To capture the result of the data imputation accurately, we chose the complete data entries and artificially simulated the missing situation according with Missing data generation. In this part, the missingness is established under MAR at missing rate 15 % on two datasets, as three imputation methods in Parametric values determination (NIIA, CMI and CRI) are selected as the competitors of MIGEC.

The Remote Controlling for Spacecraft Flying (RCSF) dataset is comprised of the data produced by one particular unmanned spaceship in real time condition when flying in the outer space with remote controlling by the experts on the ground. Due to the huge amount of the raw data, we just extract the data produced within one minute. Subsequently, the experiment is designed on the 953 records of 20 continuous attributes.

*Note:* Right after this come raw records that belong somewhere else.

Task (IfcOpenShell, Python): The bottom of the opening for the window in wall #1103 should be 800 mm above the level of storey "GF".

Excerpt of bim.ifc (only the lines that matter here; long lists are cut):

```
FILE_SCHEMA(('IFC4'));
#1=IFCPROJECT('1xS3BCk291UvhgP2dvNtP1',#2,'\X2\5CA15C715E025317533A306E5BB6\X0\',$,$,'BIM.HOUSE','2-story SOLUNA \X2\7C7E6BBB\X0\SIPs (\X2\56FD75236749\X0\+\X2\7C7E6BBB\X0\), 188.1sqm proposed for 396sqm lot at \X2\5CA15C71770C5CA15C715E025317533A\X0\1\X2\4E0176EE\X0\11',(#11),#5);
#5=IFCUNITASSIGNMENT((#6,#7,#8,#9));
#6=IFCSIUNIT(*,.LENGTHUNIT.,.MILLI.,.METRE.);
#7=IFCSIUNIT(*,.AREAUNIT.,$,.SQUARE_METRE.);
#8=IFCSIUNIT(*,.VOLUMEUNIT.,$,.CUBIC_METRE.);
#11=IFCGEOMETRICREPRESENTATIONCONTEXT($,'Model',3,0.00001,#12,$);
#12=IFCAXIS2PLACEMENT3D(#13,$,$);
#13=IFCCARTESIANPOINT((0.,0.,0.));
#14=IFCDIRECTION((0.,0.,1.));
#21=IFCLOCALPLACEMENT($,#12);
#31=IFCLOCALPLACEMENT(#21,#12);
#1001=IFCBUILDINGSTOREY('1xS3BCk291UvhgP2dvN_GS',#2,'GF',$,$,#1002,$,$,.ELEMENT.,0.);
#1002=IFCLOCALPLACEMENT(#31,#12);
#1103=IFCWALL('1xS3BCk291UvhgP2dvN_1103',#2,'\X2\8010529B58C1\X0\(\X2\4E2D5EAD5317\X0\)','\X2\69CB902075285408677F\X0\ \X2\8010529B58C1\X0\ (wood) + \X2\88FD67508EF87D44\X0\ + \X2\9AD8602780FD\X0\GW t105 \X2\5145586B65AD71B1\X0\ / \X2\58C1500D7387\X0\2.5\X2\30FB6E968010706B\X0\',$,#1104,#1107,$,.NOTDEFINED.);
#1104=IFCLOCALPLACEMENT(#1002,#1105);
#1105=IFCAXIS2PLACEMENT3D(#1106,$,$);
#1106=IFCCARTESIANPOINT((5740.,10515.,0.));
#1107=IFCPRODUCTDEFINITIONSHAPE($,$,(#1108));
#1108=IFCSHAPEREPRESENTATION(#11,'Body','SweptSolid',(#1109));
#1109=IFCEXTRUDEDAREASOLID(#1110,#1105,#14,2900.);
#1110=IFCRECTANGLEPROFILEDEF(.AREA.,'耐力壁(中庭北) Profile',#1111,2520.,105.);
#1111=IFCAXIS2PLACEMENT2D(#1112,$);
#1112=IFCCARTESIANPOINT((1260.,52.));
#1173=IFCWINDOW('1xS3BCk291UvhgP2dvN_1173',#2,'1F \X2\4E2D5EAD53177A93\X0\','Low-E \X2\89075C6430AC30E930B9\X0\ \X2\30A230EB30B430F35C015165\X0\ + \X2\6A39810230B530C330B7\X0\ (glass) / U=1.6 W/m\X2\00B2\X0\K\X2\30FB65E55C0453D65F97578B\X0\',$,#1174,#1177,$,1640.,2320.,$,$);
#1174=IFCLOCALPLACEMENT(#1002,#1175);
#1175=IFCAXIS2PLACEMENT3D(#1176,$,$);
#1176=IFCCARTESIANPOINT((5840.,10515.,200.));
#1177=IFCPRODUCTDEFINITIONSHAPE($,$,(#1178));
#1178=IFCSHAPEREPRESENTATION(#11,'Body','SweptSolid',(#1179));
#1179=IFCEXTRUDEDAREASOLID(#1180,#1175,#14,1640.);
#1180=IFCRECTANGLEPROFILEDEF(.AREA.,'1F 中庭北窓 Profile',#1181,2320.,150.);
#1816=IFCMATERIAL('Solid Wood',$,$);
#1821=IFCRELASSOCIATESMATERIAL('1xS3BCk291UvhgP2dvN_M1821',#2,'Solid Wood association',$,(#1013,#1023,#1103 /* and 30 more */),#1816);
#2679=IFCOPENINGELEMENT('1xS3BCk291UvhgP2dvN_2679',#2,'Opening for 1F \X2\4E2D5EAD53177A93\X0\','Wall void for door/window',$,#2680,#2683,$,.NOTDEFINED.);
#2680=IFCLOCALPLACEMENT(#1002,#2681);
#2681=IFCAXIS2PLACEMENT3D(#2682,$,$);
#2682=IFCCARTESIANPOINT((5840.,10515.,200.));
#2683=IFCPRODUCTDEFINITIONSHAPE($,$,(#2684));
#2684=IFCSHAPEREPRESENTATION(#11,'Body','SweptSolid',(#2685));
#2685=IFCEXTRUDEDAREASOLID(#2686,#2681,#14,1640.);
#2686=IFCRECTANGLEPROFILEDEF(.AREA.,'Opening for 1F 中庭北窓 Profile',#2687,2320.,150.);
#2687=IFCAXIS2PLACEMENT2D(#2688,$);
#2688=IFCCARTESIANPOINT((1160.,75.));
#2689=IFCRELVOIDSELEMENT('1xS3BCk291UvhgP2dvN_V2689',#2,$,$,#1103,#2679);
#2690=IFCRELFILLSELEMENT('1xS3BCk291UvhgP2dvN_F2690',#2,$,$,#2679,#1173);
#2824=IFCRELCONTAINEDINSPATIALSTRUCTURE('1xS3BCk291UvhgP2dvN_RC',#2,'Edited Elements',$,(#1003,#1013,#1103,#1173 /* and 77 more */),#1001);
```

```python
import numpy as np
import ifcopenshell
import ifcopenshell.api.geometry
import ifcopenshell.geom
import ifcopenshell.util.element
import ifcopenshell.util.placement
import ifcopenshell.util.shape
import ifcopenshell.util.unit

model = ifcopenshell.open("bim.ifc")
unit_scale = ifcopenshell.util.unit.calculate_unit_scale(model)

window = model.by_guid("1xS3BCk291UvhgP2dvN_1173")
opening = window.FillsVoids[0].RelatingOpeningElement
storey = ifcopenshell.util.element.get_container(window, ifc_class="IfcBuildingStorey")
level = ifcopenshell.util.placement.get_local_placement(storey.ObjectPlacement)[2, 3]

# The opening's origin need not be at the sill, so measure its lowest point.
shape = ifcopenshell.geom.create_shape(ifcopenshell.geom.settings(), opening)
bottom = ifcopenshell.util.shape.get_shape_bottom_elevation(shape, shape.geometry) / unit_scale
dz = level + 0.8 / unit_scale - bottom

shift = np.array([0.0, 0.0, dz])
# The window is not placed relative to its opening, so move both.
for product in (opening, window):
    matrix = ifcopenshell.util.placement.get_local_placement(product.ObjectPlacement)
    matrix[:3, 3] += shift
    ifcopenshell.api.geometry.edit_object_placement(model, product=product, matrix=matrix, is_si=False)

print(f"moved by {dz * unit_scale:+.3f} m")

model.write("bim_updated.ifc")
```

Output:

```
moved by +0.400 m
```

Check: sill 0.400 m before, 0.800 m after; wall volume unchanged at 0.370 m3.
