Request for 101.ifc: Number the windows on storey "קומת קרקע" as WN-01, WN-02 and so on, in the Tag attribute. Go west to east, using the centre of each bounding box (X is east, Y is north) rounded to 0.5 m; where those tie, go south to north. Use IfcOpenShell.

First a look at what the model holds.

```python
import ifcopenshell
import ifcopenshell.util.element
import ifcopenshell.util.placement

model = ifcopenshell.open("101.ifc")
print(model.schema)
storey = next(s for s in model.by_type("IfcBuildingStorey") if s.Name == "קומת קרקע")
windows = [e for e in ifcopenshell.util.element.get_decomposition(storey) if e.is_a("IfcWindow")]
for e in sorted(windows, key=lambda e: e.id()):
    origin = ifcopenshell.util.placement.get_local_placement(e.ObjectPlacement)[:3, 3]
    print(e.id(), e.Tag, e.Name, origin.round(2) + 0.0, sep=" | ")
```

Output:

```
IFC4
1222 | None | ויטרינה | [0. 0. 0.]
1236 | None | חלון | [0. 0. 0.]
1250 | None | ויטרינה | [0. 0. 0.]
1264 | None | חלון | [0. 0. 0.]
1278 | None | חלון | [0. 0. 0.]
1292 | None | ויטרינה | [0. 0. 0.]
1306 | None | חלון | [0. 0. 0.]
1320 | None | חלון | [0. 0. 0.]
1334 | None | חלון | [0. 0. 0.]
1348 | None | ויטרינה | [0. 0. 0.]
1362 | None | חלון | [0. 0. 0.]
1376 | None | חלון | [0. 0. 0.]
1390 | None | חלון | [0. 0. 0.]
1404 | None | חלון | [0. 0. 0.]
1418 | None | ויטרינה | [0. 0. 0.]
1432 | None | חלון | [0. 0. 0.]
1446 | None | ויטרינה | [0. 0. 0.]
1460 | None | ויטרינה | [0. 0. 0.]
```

```python
import ifcopenshell
import ifcopenshell.geom
import ifcopenshell.util.element
import ifcopenshell.util.shape

model = ifcopenshell.open("101.ifc")
settings = ifcopenshell.geom.settings()
settings.set("use-world-coords", True)


def centre(element):
    shape = ifcopenshell.geom.create_shape(settings, element)
    return ifcopenshell.util.shape.get_bbox_centroid(shape.geometry)


storey = next(s for s in model.by_type("IfcBuildingStorey") if s.Name == "קומת קרקע")
windows = [e for e in ifcopenshell.util.element.get_decomposition(storey) if e.is_a("IfcWindow")]

# Insertion points can sit at a corner or the storey origin, so sort by the geometry (in metres).
centres = {e: centre(e) for e in windows}
windows.sort(key=lambda e: (round(centres[e][0] / 0.5), centres[e][1]))

for i, e in enumerate(windows, start=1):
    number = f"WN-{i:02d}"
    e.Tag = number
    print(e.id(), number)

model.write("101_edited.ifc")
```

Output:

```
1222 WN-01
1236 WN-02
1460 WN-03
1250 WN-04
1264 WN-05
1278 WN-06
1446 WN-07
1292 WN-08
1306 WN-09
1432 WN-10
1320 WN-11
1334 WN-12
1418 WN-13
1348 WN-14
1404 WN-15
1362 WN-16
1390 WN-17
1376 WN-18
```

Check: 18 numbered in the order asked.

When MIGEC is applied to RCSF dataset, the maximum times of the iteration in all the clusters is 18 loops, which is faster than NIIA’s 27 times, CMI’s 22 times and CRI’s 25 times of iterations respectively in Fig. 3(a). What is more, the RMSE is slightly lower than in the other counterparts.

Fig. 3
figure 3

The RMSE influenced by (a) imputation times and (b) number of clusters on RCSF dataset

As versions of clustering principles, interrelationship between RMSE and the number of clusters in these techniques should be discussed except the non-clustering NIIA. In Fig. 3(b), it appears that when the whole data is agglomerated into 6 groups, the RMSE of MIGEC declines to the minimum. Differently, CMI performs best with 5 clusters while CRI requires 6 partitions.

The Spacecraft Overall Mechanical Design (SOMD) dataset comprises the data related to the assembling and fabrication of one specific model of manned spaceship. Both the numeric and categorical values are mixed in the dataset. The total number of instances is beyond 300,000. 1,221 elements with the 30 variables belonging to a certain step of the entire manufacturing process are chosen.

It is easy to perceive that the three algorithms advance CA as the number of iteration aggrandizes until the convergence emerges in Fig. 4(a). Concurrently, MIGEC attains the best CA in the minimum time of the repetitions comparing with the other opponents on SOMD.

Fig. 4
figure 4

The CA influenced by (a) imputation times and (b) number of clusters on SOMD dataset

The CA fluctuates irregularly in the interval [0.83, 0.88], when the amount of clusters rises. And MIGEC approaches to the optimized CA when 11 clusters exist in Fig. 4(b). Generally, CMI and CRI undulate in an inferior range of CA to MIGEC, which demands the different optimal number of clusters respectively.

5 Conclusion

Revisiting various missing data analysis techniques, this study advocates the clustering-based imputation via partitioning original data into two non-overlapped subsets, i.e. the missing-valued subsets and the complete-valued subsets. Then the iterative imputation is combined within the categorized groups after each missing-valued entry has been merged into the most homogeneous cluster through GST-based distance metric. The experiments demonstrate that MIGEC operates better than the existing methods, like MMS, HDI, KNNMI, FCMOCS, CMI and CRI, in terms of the RMSE (for continuous missing attributes), and the CA (for discrete missing attributes) at different missing ratios in two canonical UCI datasets. In particular, MIGEC has been successfully applied into the aerospace datasets. The RMSE and CA affected by the iteration times indicate that MIGEC converges more rapidly than the other iterative imputation techniques with better accuracy in the real application environment. The ongoing research focuses on how to infer and impute missing values more effectively when the dimensionality becomes high.